** Data listing follows **

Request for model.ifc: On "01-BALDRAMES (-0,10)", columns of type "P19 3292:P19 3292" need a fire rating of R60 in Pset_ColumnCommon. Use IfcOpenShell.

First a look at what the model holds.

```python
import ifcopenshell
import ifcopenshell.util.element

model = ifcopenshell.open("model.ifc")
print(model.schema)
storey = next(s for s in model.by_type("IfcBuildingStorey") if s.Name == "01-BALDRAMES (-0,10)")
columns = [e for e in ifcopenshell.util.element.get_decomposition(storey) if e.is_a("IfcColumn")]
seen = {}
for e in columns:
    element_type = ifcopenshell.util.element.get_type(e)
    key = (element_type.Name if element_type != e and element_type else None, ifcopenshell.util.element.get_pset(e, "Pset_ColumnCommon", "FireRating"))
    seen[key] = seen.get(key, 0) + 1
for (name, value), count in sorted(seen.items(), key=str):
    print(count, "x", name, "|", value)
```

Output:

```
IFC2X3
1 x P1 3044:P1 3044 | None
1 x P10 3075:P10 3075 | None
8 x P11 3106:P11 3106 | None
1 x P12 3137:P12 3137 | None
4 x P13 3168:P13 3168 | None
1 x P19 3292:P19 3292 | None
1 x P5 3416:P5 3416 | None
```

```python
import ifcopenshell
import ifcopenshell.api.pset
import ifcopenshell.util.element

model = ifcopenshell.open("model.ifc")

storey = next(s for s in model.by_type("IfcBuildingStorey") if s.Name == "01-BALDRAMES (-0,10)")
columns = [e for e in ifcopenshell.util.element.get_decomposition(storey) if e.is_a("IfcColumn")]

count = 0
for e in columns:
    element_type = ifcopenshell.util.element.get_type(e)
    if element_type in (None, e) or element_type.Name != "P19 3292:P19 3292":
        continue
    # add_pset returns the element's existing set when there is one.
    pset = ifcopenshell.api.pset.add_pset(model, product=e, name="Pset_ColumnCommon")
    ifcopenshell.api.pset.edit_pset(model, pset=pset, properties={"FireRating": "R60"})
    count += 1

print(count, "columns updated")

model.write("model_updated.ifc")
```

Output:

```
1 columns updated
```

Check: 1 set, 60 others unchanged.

** End of Data listing **

To do:
Every record should be given again exactly.

Response:
Request for model.ifc: On "01-BALDRAMES (-0,10)", columns of type "P19 3292:P19 3292" need a fire rating of R60 in Pset_ColumnCommon. Use IfcOpenShell.

First a look at what the model holds.

```python
import ifcopenshell
import ifcopenshell.util.element

model = ifcopenshell.open("model.ifc")
print(model.schema)
storey = next(s for s in model.by_type("IfcBuildingStorey") if s.Name == "01-BALDRAMES (-0,10)")
columns = [e for e in ifcopenshell.util.element.get_decomposition(storey) if e.is_a("IfcColumn")]
seen = {}
for e in columns:
    element_type = ifcopenshell.util.element.get_type(e)
    key = (element_type.Name if element_type != e and element_type else None, ifcopenshell.util.element.get_pset(e, "Pset_ColumnCommon", "FireRating"))
    seen[key] = seen.get(key, 0) + 1
for (name, value), count in sorted(seen.items(), key=str):
    print(count, "x", name, "|", value)
```

Output:

```
IFC2X3
1 x P1 3044:P1 3044 | None
1 x P10 3075:P10 3075 | None
8 x P11 3106:P11 3106 | None
1 x P12 3137:P12 3137 | None
4 x P13 3168:P13 3168 | None
1 x P19 3292:P19 3292 | None
1 x P5 3416:P5 3416 | None
```

```python
import ifcopenshell
import ifcopenshell.api.pset
import ifcopenshell.util.element

model = ifcopenshell.open("model.ifc")

storey = next(s for s in model.by_type("IfcBuildingStorey") if s.Name == "01-BALDRAMES (-0,10)")
columns = [e for e in ifcopenshell.util.element.get_decomposition(storey) if e.is_a("IfcColumn")]

count = 0
for e in columns:
    element_type = ifcopenshell.util.element.get_type(e)
    if element_type in (None, e) or element_type.Name != "P19 3292:P19 3292":
        continue
    # add_pset returns the element's existing set when there is one.
    pset = ifcopenshell.api.pset.add_pset(model, product=e, name="Pset_ColumnCommon")
    ifcopenshell.api.pset.edit_pset(model, pset=pset, properties={"FireRating": "R60"})
    count += 1

print(count, "columns updated")

model.write("model_updated.ifc")
```

Output:

```
1 columns updated
```

Check: 1 set, 60 others unchanged.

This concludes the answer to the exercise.